- Task inputs
•••
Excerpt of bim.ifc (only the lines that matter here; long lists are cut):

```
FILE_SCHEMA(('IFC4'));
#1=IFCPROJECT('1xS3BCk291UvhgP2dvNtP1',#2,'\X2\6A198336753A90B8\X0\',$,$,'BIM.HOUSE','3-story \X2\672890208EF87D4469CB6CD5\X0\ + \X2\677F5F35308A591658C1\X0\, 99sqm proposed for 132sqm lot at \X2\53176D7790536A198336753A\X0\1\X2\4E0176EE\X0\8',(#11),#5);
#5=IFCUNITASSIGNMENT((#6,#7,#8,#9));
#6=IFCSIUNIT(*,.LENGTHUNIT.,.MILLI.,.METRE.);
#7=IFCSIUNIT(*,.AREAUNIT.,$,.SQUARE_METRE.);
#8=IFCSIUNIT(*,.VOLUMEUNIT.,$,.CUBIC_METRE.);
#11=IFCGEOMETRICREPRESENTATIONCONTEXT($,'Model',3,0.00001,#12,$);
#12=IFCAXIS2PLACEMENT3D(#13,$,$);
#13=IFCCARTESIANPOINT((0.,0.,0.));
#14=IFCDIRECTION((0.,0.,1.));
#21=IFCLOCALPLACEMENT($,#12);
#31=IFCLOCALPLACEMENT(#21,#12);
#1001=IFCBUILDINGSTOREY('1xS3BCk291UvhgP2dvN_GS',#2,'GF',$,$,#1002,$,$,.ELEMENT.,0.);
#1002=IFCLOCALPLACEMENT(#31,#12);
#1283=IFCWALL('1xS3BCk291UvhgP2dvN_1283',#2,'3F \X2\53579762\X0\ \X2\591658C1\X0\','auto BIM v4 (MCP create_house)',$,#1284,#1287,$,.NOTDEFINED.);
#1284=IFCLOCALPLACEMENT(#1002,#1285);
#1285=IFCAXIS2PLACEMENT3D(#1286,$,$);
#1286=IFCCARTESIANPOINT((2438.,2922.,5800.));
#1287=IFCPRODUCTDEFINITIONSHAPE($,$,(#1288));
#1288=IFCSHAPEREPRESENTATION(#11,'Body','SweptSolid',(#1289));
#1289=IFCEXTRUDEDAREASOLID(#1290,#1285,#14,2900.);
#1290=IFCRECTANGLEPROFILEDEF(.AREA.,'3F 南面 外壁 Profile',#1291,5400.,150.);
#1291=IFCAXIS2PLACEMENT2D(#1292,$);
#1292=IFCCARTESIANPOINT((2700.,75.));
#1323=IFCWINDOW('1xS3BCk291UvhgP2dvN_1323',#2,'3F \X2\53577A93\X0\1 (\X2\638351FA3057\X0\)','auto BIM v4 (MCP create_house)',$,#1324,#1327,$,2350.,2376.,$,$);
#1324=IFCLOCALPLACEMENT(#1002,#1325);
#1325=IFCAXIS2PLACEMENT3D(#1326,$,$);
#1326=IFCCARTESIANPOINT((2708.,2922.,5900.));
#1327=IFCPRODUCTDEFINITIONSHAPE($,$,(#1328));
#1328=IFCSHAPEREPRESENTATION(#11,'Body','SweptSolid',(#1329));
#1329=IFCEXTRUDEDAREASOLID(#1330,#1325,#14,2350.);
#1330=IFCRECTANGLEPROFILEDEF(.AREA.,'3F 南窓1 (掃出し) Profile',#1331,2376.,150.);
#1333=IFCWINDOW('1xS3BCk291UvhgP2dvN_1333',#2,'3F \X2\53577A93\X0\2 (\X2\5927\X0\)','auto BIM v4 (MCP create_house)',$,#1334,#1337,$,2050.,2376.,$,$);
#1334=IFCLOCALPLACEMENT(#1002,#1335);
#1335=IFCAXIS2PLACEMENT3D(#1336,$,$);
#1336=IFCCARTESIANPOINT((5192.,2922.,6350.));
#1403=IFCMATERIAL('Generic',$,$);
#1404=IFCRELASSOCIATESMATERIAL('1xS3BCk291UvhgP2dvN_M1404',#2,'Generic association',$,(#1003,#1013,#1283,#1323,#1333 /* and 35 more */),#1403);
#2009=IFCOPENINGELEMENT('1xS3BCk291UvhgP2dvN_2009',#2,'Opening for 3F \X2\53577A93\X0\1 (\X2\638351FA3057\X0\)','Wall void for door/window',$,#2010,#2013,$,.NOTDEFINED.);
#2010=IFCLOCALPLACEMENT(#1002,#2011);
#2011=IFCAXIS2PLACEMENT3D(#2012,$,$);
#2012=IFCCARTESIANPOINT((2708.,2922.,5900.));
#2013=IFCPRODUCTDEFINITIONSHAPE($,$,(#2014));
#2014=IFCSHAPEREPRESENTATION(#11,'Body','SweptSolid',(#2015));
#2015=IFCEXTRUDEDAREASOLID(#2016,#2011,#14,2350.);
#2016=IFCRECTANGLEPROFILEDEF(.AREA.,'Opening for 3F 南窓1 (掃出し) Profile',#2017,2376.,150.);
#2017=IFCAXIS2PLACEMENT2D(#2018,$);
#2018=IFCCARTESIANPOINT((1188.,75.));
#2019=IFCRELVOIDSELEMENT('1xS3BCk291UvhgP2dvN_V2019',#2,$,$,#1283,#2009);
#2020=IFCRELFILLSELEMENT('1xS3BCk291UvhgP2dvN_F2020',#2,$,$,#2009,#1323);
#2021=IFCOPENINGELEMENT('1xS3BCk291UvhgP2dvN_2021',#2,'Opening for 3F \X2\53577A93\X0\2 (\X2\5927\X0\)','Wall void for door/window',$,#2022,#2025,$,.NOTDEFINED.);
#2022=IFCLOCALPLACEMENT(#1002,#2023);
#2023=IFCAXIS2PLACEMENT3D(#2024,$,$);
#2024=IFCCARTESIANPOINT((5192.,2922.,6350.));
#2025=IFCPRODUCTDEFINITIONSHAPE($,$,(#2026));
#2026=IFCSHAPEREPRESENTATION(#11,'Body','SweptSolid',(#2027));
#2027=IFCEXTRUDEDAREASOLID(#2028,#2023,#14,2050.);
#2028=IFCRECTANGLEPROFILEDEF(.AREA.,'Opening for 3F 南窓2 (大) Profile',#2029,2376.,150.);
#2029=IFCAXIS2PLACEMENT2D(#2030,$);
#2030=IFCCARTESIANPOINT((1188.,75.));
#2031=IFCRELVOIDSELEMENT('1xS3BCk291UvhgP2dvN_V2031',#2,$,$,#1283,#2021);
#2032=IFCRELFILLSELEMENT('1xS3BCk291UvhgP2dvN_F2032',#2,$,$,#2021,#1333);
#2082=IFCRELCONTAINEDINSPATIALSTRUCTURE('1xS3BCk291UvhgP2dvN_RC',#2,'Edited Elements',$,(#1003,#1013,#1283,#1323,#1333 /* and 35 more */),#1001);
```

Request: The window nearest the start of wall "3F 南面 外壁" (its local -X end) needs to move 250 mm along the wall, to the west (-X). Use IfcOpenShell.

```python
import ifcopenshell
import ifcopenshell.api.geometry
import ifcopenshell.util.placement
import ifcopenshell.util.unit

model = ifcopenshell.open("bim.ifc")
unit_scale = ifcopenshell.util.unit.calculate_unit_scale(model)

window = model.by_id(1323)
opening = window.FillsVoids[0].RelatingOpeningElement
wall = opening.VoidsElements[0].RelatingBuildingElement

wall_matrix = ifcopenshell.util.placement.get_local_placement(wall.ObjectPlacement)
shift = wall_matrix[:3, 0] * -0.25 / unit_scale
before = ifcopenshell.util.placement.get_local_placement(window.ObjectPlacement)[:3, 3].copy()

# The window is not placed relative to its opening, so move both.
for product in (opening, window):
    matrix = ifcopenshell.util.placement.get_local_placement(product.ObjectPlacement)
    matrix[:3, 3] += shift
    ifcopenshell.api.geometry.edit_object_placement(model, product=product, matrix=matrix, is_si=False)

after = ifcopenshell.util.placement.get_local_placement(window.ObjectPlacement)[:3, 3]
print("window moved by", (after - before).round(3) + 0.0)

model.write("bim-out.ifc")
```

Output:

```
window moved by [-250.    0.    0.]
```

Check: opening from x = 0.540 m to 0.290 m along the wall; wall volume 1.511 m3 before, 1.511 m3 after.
•••
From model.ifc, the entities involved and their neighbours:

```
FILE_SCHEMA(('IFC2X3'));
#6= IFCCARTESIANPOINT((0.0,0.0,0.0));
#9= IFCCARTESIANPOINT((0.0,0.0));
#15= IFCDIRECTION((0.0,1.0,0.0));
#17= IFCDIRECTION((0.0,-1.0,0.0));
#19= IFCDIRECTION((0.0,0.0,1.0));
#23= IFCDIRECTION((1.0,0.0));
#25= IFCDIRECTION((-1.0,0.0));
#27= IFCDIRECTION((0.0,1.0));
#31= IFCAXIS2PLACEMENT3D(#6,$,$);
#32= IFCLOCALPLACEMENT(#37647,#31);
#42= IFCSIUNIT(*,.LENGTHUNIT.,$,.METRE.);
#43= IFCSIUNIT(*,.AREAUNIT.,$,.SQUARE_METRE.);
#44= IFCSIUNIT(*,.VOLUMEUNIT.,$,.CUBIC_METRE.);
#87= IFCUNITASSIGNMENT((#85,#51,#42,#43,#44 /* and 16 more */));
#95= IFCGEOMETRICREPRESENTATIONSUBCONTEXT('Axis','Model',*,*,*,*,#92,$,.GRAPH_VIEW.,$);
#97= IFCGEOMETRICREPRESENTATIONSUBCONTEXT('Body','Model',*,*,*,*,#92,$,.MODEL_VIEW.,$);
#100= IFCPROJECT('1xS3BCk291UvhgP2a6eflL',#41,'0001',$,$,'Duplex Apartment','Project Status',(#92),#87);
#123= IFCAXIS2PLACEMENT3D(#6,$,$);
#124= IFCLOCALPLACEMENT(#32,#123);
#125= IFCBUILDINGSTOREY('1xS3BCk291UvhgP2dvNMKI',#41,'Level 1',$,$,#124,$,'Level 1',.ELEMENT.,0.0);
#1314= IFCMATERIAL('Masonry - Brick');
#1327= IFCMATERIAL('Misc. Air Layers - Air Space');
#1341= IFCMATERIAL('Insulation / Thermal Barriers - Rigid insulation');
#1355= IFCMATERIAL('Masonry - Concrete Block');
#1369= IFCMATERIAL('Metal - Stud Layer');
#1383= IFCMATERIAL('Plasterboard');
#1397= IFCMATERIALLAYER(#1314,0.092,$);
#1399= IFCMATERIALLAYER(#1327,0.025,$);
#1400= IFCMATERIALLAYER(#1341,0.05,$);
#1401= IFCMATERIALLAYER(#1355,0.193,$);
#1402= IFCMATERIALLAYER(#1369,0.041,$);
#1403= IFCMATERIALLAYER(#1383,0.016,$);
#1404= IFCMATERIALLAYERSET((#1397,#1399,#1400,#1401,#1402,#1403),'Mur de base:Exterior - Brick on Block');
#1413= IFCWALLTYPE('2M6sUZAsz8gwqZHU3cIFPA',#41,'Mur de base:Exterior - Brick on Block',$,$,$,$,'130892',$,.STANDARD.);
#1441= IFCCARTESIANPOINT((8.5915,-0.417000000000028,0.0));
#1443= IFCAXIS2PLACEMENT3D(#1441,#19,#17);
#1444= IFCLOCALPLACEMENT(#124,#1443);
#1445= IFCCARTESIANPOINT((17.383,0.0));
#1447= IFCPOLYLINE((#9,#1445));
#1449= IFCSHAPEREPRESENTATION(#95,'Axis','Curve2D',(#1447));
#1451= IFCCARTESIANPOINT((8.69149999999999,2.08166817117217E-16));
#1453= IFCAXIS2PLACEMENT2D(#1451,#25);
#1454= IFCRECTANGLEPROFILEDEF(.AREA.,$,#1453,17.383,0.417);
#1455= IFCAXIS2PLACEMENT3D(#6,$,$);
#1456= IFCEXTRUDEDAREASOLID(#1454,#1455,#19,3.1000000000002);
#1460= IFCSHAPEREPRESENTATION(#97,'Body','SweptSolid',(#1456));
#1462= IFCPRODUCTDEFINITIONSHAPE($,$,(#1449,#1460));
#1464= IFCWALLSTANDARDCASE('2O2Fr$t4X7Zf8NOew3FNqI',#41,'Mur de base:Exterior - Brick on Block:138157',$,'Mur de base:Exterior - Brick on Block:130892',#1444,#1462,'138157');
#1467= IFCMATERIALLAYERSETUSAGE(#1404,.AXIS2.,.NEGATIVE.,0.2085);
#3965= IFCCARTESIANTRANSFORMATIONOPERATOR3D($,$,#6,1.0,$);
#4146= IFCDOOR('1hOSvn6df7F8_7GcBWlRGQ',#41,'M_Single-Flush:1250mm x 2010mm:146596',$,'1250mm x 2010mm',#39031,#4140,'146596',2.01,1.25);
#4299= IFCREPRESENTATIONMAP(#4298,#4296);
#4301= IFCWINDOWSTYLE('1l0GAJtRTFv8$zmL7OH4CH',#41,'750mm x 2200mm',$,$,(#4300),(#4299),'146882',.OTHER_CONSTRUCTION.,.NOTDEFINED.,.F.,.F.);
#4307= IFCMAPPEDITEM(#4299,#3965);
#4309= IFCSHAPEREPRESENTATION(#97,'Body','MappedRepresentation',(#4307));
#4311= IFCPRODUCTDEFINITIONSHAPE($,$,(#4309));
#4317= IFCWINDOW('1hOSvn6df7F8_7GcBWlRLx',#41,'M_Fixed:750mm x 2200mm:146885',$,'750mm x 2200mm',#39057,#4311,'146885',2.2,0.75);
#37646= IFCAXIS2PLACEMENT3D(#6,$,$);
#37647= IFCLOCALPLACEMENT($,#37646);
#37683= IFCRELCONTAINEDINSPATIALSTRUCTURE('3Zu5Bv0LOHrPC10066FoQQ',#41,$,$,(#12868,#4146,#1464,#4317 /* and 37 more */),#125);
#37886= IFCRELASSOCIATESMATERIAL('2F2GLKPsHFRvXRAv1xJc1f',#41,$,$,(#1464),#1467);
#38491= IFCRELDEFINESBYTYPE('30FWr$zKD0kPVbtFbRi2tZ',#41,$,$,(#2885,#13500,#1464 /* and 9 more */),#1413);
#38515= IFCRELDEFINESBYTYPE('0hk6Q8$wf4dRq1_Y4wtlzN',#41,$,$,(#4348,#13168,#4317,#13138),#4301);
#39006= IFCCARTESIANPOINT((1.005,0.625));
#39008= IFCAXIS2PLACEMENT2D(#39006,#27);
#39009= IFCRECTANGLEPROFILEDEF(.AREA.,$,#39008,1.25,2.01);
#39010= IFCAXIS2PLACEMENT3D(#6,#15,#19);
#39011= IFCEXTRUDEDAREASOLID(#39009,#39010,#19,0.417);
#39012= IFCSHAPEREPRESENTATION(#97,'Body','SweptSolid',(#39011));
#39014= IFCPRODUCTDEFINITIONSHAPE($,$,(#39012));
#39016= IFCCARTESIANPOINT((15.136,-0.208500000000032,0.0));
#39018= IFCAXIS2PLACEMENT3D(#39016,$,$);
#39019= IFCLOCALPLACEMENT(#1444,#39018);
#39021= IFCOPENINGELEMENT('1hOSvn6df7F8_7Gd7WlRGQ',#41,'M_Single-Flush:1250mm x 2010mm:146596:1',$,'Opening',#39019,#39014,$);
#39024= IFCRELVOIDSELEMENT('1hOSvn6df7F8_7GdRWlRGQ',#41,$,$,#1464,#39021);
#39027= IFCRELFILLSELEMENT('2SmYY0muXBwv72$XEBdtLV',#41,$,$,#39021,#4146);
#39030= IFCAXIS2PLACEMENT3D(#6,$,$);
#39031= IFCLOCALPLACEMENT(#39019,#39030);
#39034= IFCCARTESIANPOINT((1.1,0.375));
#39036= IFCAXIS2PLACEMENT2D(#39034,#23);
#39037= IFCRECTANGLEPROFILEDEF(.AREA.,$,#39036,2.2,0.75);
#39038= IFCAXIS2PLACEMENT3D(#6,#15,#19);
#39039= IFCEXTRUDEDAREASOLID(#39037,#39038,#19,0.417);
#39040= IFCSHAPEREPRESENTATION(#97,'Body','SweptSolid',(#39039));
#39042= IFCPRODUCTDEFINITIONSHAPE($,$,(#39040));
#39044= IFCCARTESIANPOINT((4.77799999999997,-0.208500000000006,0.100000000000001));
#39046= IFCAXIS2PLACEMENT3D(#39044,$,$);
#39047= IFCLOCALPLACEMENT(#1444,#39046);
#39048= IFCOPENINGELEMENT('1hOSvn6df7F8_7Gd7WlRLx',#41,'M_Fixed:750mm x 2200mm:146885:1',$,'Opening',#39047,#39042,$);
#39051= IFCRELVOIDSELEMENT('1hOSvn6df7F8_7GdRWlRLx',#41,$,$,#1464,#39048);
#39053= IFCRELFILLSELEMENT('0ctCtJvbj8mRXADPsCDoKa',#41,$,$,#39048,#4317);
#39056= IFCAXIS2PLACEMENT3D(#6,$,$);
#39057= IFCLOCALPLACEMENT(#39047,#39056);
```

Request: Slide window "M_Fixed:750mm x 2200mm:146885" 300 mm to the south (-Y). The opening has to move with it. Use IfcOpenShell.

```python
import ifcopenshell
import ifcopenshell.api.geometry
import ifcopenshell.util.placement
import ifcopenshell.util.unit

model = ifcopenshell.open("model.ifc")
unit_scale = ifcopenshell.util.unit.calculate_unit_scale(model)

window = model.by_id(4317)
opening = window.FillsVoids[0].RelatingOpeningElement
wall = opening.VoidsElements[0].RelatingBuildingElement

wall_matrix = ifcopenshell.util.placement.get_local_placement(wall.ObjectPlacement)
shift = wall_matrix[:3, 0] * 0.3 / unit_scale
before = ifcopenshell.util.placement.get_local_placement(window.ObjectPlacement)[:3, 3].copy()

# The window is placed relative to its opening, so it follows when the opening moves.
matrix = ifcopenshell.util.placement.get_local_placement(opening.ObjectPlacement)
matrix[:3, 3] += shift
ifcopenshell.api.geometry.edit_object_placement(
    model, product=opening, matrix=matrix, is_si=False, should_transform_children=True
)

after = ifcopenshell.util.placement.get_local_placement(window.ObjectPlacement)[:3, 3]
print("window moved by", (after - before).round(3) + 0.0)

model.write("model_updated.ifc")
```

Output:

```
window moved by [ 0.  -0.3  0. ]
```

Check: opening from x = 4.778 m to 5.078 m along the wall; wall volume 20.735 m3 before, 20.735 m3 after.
•••
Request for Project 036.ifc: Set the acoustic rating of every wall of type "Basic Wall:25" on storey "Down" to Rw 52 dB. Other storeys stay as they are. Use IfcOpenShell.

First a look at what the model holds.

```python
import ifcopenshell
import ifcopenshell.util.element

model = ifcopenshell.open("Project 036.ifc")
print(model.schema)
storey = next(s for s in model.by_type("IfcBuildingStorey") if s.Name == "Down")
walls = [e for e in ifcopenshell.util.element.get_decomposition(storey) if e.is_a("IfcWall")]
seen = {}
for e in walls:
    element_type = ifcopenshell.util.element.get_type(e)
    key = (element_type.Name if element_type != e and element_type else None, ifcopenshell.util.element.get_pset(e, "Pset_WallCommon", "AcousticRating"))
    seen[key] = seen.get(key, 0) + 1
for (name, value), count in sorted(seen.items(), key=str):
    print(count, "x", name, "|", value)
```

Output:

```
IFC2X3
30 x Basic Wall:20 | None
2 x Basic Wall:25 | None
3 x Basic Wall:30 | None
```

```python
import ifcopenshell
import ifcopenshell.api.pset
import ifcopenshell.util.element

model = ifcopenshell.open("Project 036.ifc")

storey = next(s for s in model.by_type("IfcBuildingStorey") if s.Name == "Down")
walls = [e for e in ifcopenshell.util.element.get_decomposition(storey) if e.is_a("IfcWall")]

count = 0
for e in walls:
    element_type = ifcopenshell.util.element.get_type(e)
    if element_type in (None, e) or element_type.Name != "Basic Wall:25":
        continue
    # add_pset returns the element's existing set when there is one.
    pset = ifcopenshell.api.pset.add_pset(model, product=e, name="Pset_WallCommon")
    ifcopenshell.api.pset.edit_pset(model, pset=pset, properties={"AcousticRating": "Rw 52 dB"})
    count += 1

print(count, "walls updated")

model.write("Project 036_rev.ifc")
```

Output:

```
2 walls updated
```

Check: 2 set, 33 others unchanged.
•••
- Work order
Every line in the listing that holds "IFCRELFILLSELEMENT" belongs in the answer.

- Answer section
#2020=IFCRELFILLSELEMENT('1xS3BCk291UvhgP2dvN_F2020',#2,$,$,#2009,#1323);
#2032=IFCRELFILLSELEMENT('1xS3BCk291UvhgP2dvN_F2032',#2,$,$,#2021,#1333);
#39027= IFCRELFILLSELEMENT('2SmYY0muXBwv72$XEBdtLV',#41,$,$,#39021,#4146);
#39053= IFCRELFILLSELEMENT('0ctCtJvbj8mRXADPsCDoKa',#41,$,$,#39048,#4317);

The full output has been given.